SHA in Busia: Promise, Pain, and a System Under Test

Hospital waiting room in Busia

By Philip Barasa, DevReporter, Busia County

Key Highlights

  • Residents report long queues and system downtimes at public hospitals
  • Patients say SHA access often fails despite early arrival and active accounts
  • Civil society questions government commitment to universal health care financing
  • Private hospitals claim SHA claims are delayed or rejected.
  • County officials cite eligibility and incomplete registration as the main challenge.
  • Some facilities report smoother services once registration is complete.

Introduction: A New System, Familiar Struggles

It is a busy morning in Busia. Border riders weave through traffic, traders open their stalls, and health workers prepare for another demanding day. As Kenyans transition from the National Hospital Insurance Fund (NHIF) to the new Social Health Authority (SHA), the promise is clear: better, affordable, and more inclusive health care. But for many residents on the ground, the question remains — is SHA working?

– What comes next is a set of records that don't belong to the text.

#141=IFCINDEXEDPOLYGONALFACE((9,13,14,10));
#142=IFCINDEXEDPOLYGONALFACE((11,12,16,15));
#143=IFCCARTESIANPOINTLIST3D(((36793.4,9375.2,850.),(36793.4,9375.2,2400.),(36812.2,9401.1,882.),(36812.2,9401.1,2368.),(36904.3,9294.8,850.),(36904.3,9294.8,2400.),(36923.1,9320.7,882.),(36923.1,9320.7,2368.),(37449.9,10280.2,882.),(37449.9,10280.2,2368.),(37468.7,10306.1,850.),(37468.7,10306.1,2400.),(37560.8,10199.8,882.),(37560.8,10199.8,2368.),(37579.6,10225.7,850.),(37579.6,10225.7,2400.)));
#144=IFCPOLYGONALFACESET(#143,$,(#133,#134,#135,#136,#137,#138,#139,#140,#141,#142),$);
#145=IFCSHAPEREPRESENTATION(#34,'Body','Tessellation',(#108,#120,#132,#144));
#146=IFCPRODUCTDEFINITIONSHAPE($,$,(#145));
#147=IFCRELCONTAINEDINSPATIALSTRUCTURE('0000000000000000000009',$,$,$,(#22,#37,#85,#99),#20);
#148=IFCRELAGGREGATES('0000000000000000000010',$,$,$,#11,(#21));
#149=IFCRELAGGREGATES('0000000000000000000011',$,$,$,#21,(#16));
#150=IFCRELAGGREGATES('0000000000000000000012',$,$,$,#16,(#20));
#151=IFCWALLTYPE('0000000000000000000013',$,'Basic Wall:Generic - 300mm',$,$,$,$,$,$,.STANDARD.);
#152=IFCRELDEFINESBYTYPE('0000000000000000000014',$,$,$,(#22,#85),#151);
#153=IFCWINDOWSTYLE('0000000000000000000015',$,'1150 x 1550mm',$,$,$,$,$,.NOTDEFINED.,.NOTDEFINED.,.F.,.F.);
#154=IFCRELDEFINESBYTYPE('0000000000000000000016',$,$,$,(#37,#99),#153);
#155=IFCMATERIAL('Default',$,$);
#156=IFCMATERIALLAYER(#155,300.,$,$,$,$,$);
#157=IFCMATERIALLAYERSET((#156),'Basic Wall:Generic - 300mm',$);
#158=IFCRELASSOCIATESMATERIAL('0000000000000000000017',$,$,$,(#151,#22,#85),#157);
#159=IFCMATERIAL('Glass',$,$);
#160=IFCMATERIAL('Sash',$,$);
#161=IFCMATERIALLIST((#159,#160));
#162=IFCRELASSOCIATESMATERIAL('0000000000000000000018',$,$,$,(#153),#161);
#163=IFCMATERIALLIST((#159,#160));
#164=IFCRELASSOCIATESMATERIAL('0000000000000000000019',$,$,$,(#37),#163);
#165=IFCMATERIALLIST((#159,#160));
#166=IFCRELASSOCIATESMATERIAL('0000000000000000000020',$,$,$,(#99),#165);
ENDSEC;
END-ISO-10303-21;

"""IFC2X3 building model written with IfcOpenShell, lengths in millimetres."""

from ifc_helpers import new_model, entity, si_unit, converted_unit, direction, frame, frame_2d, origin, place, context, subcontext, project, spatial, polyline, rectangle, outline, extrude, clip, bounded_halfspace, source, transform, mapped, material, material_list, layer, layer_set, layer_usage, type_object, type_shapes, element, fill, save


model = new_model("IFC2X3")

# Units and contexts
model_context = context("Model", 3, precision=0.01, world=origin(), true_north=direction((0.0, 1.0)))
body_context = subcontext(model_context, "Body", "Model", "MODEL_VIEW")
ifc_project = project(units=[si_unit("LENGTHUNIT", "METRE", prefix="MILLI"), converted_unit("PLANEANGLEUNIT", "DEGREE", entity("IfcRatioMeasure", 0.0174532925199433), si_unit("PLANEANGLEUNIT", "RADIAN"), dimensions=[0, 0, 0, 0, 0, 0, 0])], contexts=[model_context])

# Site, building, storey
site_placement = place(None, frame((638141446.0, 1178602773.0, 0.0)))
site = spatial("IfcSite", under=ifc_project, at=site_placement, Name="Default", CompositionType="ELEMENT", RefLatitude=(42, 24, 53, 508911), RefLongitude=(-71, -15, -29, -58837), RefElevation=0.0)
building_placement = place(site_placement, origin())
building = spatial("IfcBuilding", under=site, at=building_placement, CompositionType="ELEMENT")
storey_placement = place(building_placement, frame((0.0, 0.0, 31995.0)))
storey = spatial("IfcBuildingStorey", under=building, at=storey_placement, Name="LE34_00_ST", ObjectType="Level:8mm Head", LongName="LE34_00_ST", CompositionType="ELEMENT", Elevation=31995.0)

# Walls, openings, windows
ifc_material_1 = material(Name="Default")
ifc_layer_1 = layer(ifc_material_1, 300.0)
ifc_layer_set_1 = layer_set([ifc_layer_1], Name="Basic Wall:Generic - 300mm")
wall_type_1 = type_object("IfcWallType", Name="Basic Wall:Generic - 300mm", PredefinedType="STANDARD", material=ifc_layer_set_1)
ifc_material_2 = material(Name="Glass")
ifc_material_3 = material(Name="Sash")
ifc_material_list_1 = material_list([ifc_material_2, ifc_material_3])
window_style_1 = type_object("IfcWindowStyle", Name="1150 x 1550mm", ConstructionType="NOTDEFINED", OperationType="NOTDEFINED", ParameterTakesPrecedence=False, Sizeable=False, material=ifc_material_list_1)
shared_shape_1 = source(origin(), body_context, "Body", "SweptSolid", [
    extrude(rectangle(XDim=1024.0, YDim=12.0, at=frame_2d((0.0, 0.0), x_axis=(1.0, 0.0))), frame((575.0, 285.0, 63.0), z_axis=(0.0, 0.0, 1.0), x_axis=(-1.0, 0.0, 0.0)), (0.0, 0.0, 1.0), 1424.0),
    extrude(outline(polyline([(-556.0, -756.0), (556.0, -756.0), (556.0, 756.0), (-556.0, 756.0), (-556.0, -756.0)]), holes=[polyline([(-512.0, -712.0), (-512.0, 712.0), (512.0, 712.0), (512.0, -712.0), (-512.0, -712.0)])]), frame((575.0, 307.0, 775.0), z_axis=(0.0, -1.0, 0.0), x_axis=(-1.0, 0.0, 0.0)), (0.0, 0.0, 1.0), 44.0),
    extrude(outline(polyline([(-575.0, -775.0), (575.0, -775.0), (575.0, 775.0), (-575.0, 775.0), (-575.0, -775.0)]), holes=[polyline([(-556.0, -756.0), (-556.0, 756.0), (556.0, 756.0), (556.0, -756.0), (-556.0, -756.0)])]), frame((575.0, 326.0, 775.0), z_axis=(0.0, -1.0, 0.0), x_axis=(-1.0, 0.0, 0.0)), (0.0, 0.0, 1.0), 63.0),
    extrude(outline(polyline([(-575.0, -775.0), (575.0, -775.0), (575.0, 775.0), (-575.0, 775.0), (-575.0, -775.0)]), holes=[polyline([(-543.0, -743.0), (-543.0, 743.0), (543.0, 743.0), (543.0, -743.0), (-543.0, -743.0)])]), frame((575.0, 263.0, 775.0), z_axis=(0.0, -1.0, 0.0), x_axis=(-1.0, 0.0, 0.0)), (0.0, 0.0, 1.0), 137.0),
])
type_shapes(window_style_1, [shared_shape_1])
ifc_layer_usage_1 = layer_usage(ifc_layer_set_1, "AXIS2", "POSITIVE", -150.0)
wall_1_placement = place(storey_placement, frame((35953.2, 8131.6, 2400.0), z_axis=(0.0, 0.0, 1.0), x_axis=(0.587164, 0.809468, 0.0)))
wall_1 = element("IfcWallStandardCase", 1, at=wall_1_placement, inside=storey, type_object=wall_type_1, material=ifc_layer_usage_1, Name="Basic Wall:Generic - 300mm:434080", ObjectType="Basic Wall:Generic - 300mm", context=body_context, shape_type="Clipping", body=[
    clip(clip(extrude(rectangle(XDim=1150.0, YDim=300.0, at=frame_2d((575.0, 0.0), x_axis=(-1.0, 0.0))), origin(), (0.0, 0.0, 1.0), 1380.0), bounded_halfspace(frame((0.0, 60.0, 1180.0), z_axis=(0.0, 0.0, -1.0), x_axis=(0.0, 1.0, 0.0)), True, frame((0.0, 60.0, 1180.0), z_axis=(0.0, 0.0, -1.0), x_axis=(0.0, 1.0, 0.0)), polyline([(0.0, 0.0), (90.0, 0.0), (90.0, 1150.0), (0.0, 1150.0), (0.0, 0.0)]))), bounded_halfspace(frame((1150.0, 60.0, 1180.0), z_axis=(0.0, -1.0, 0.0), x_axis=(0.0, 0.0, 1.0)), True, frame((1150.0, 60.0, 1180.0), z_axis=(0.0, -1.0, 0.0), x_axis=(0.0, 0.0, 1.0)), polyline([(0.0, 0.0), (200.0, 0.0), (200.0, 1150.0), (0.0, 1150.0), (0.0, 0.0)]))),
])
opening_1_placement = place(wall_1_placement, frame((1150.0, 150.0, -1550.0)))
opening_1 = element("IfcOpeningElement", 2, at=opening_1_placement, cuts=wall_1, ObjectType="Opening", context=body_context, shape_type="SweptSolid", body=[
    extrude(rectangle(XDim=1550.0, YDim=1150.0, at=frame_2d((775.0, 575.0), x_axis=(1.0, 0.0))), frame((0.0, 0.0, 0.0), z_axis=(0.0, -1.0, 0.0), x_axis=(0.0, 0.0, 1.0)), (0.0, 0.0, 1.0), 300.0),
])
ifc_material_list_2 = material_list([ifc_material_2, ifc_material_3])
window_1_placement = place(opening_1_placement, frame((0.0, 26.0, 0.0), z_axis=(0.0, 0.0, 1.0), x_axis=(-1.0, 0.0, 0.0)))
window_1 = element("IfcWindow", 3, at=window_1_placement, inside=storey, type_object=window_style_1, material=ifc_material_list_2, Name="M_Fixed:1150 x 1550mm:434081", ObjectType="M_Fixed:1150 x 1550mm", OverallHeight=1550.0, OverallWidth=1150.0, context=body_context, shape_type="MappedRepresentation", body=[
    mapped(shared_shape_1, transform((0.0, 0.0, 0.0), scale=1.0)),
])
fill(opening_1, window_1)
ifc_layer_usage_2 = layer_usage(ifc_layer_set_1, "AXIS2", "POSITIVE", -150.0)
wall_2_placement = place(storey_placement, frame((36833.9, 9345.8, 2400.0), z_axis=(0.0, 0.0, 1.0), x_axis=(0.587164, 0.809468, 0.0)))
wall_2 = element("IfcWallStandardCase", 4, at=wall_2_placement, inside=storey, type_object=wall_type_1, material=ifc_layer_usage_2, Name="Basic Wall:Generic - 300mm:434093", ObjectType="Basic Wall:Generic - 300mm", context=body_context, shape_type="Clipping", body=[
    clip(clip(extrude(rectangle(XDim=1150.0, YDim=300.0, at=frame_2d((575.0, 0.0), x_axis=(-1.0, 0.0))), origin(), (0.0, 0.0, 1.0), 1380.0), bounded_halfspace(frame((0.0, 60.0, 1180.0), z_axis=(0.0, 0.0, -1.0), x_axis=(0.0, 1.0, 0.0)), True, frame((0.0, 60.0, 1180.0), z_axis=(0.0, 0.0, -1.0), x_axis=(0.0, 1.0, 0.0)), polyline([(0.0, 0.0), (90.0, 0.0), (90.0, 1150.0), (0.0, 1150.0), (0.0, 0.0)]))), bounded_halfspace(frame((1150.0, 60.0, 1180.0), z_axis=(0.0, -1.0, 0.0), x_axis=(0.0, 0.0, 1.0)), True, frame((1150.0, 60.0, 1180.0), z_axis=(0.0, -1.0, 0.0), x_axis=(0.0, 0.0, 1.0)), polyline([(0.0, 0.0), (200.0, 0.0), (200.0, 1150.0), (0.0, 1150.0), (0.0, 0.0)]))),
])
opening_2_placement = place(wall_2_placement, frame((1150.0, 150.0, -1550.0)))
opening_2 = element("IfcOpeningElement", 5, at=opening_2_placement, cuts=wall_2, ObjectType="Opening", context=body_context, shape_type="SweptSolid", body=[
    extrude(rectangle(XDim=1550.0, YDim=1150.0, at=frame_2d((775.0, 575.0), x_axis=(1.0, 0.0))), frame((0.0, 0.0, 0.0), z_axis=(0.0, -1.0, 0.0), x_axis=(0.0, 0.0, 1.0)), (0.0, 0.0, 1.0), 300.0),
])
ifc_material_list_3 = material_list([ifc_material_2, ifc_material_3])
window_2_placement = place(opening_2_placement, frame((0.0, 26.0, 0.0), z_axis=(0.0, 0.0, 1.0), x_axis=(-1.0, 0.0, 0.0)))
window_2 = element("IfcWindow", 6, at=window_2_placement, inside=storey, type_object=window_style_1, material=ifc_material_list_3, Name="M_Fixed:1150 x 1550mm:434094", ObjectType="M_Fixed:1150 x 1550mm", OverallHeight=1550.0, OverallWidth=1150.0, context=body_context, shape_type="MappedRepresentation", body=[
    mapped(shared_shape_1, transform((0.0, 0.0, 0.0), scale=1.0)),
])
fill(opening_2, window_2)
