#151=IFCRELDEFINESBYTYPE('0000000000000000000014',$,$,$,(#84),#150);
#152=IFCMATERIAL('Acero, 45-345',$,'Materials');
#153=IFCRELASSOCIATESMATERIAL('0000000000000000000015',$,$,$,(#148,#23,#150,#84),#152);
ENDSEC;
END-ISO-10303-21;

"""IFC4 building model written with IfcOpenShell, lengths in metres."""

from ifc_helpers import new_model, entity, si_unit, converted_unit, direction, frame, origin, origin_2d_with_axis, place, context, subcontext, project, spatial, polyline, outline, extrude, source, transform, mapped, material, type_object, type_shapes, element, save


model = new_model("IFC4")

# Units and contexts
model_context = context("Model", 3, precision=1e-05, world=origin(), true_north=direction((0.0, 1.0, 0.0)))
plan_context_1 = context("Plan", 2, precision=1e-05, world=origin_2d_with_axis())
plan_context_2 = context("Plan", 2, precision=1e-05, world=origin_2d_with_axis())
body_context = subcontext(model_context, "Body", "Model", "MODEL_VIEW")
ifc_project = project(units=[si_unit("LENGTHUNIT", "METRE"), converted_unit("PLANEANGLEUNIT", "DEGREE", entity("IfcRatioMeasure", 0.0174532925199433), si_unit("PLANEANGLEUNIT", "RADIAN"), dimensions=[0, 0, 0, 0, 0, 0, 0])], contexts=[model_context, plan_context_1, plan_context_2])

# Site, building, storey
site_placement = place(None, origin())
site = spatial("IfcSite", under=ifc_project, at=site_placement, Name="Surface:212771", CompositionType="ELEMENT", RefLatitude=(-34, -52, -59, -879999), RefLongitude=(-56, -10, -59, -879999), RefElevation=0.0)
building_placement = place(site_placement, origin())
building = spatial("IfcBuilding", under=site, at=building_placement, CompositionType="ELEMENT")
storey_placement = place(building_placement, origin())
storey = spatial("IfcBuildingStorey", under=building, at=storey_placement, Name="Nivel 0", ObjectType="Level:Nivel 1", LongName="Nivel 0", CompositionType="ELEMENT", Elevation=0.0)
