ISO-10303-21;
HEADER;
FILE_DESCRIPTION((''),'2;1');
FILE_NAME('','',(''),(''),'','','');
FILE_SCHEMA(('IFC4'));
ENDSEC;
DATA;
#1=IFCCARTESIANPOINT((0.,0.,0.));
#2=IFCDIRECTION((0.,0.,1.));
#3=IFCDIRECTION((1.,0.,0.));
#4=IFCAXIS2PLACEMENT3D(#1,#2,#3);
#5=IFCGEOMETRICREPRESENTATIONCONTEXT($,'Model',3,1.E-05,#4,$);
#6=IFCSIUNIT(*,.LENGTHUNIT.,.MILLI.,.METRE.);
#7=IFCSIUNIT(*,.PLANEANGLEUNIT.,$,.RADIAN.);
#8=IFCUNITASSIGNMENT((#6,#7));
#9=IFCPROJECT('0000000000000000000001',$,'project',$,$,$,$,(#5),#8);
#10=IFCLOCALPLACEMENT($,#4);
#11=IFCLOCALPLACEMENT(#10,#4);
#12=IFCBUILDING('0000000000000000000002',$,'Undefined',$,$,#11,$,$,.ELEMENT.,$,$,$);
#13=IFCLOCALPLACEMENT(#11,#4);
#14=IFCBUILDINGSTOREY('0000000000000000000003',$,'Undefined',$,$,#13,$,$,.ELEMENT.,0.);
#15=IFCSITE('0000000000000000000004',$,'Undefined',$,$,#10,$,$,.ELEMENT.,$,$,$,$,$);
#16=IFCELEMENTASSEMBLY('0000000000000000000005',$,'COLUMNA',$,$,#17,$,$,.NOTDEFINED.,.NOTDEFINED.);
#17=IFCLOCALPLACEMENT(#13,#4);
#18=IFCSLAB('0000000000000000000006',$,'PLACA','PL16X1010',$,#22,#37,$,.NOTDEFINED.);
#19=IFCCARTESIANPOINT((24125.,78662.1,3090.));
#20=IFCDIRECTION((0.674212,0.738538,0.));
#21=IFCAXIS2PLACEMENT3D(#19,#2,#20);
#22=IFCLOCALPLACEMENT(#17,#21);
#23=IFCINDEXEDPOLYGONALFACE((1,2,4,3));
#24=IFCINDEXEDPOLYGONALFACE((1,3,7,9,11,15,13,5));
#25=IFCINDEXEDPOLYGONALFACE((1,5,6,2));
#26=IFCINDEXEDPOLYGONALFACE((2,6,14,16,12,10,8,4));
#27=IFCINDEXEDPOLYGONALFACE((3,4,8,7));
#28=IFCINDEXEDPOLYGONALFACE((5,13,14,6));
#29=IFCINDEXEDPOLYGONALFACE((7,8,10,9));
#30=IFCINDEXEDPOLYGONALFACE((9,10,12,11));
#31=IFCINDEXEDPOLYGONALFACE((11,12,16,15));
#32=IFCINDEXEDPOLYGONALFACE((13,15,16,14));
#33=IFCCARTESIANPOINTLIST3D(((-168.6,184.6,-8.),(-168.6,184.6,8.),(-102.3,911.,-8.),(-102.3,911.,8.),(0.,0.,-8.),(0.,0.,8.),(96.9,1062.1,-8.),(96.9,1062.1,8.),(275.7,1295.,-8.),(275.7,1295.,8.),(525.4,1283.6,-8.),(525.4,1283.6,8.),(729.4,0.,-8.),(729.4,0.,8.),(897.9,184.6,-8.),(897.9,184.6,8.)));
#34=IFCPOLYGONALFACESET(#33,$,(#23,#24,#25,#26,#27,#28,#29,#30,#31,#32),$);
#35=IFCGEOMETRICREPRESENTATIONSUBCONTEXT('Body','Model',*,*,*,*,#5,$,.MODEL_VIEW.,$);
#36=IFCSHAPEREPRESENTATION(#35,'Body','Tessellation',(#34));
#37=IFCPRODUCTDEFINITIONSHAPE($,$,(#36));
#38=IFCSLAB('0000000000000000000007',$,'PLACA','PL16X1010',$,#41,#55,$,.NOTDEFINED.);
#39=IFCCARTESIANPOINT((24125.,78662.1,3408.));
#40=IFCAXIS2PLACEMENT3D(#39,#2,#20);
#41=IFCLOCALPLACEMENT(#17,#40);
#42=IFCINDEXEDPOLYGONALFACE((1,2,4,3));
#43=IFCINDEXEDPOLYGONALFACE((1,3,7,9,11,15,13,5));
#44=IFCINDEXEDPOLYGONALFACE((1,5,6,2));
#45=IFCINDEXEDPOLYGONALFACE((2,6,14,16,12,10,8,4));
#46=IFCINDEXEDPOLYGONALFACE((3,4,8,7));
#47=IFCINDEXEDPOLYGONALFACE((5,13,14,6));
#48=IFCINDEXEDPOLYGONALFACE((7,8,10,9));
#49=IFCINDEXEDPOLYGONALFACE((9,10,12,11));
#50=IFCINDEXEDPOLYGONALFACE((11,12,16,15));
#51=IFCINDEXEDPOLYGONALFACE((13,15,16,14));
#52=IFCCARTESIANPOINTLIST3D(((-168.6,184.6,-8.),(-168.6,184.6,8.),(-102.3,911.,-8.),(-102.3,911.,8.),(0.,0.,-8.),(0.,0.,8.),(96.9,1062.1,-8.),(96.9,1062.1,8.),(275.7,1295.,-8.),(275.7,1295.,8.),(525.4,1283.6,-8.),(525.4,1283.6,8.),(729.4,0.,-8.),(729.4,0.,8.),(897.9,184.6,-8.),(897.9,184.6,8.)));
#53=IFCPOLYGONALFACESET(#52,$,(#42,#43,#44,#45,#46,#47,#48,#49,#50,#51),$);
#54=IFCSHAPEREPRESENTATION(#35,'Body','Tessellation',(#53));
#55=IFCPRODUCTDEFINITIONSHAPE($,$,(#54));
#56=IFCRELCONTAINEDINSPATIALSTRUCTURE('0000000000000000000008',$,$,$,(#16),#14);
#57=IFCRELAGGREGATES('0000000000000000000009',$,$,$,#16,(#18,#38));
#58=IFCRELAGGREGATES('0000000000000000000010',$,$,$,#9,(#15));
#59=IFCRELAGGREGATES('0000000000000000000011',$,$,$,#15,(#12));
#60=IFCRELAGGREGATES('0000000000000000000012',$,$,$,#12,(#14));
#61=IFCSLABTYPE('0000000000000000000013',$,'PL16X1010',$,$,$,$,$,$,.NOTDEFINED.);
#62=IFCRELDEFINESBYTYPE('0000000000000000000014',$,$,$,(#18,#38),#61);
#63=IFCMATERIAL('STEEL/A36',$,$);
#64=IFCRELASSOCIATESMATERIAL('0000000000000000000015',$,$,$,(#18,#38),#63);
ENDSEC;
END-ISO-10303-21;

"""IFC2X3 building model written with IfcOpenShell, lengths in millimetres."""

from ifc_helpers import new_model, si_unit, frame, origin_with_axes, place, context, subcontext, project, spatial, polyline, outline, extrude, material, type_object, element, aggregate, save


model = new_model("IFC2X3")

# Units and contexts
model_context = context("Model", 3, precision=1e-05, world=origin_with_axes())
body_context = subcontext(model_context, "Body", "Model", "MODEL_VIEW")
ifc_project = project(units=[si_unit("LENGTHUNIT", "METRE", prefix="MILLI"), si_unit("PLANEANGLEUNIT", "RADIAN")], contexts=[model_context])

# Site, building, storey
site_placement = place(None, origin_with_axes())
site = spatial("IfcSite", under=ifc_project, at=site_placement, Name="Undefined", CompositionType="ELEMENT")
building_placement = place(site_placement, origin_with_axes())
building = spatial("IfcBuilding", under=site, at=building_placement, Name="Undefined", CompositionType="ELEMENT")
storey_placement = place(building_placement, origin_with_axes())
storey = spatial("IfcBuildingStorey", under=building, at=storey_placement, Name="Undefined", CompositionType="ELEMENT", Elevation=0.0)

# Shared definitions
ifc_material_1 = material(Name="STEEL/A36")

# Element assembly
assembly_1_placement = place(storey_placement, origin_with_axes())
assembly_1 = element("IfcElementAssembly", 1, at=assembly_1_placement, inside=storey, Name="COLUMNA", AssemblyPlace="NOTDEFINED", PredefinedType="NOTDEFINED")

# Slabs
slab_type = type_object("IfcSlabType", Name="PL16X1010", PredefinedType="NOTDEFINED")
slab_1_placement = place(assembly_1_placement, frame((24125.0, 78662.1, 3090.0), z_axis=(0.0, 0.0, 1.0), x_axis=(0.674212, 0.738538, 0.0)))
slab_1 = element("IfcSlab", 2, at=slab_1_placement, type_object=slab_type, material=ifc_material_1, Name="PLACA", Description="PL16X1010", PredefinedType="NOTDEFINED", context=body_context, shape_type="SweptSolid", body=[
    extrude(outline(polyline([(0.0, 0.0), (729.4, 0.0), (897.9, 184.6), (525.4, 1283.6), (275.7, 1295.0), (96.9, 1062.1), (-102.3, 911.0), (-168.6, 184.6), (0.0, 0.0)])), frame((0.0, 0.0, -8.0), z_axis=(0.0, 0.0, 1.0), x_axis=(1.0, 0.0, 0.0)), (0.0, 0.0, 1.0), 16.0),
])
slab_2_placement = place(assembly_1_placement, frame((24125.0, 78662.1, 3408.0), z_axis=(0.0, 0.0, 1.0), x_axis=(0.674212, 0.738538, 0.0)))
slab_2 = element("IfcSlab", 3, at=slab_2_placement, type_object=slab_type, material=ifc_material_1, Name="PLACA", Description="PL16X1010", PredefinedType="NOTDEFINED", context=body_context, shape_type="SweptSolid", body=[
    extrude(outline(polyline([(0.0, 0.0), (729.4, 0.0), (897.9, 184.6), (525.4, 1283.6), (275.7, 1295.0), (96.9, 1062.1), (-102.3, 911.0), (-168.6, 184.6), (0.0, 0.0)])), frame((0.0, 0.0, -8.0), z_axis=(0.0, 0.0, 1.0), x_axis=(1.0, 0.0, 0.0)), (0.0, 0.0, 1.0), 16.0),
])

aggregate(assembly_1, [slab_1, slab_2])

save(model, "model.ifc")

Patients at the Centre of the Crisis

At Busia County Referral Hospital, Margaret Buluma lies in a ward with her arm in a sling after a recent accident. While grateful for her recovery, she says the SHA system has tested both her patience and finances.

“I come here from 6 a.m. so that I can be first in line. You queue the whole day, and when it reaches 5 p.m., they tell you the system is not working and ask you to come back tomorrow,” she says.

For patients in pain, going home often means buying medicine out of pocket to cope, undermining the promise of affordable care.

Frustration Beyond the Ward

Outside the wards, Mary Wanjala, a mother of two, stands in the payment queue, visibly frustrated. She says she has attempted to use her SHA account for weeks with little success, adding that the system seems responsive only when payments are required.

Civil Society Raises the Alarm

Civic groups in Busia are questioning whether SHA represents genuine reform or a rebranding of longstanding systemic challenges. Activists Moses Okumu and Stephanie Njeri, argue that universal health care cannot be achieved without sufficient and sustained public financing.

“We cannot achieve universal health care if the state is not committed to funding it. Efficiency should not focus only on revenue collection but on how that money delivers care to citizens who seek treatment as a right,” Okumu says.

Private Facilities Feel Side lined

Private health care providers are also raising concerns. Dr Kingsly Otieno, who runs a private facility in Busia County, claims that private and faith-based hospitals are being deliberately side-lined.

“If a private facility records many patient visits, instructions are issued to hold or reject its claims,” he says. 

County Explains the Eligibility Gap

County health officials, however, attribute many of the challenges to eligibility issues. Dr Samuel Oduor, the Deputy Director of Medical Services in Busia, says that patients are sometimes turned away because contributions have not been remitted.

“If employers fail to submit employee details or remit deductions, the system automatically rejects the patient,” he explains.

When SHA Works

At St. Paul’s Community Health Centre in Marachi South, experiences are more positive. Patient Joanne Wamalwa says she received treatment smoothly after completing registration.

“I was worried it would not work, but once I registered, it worked,” she says.

Facility management confirms that SHA has improved payment consistency over the past year, helping sustain service delivery.

Conclusion: A System Still on Trial

County officials insist SHA is still stabilising, but residents say success will be measured by what happens inside hospital gates, not policy statements. Whether positive experiences become the norm across Busia remains a question only time will answer.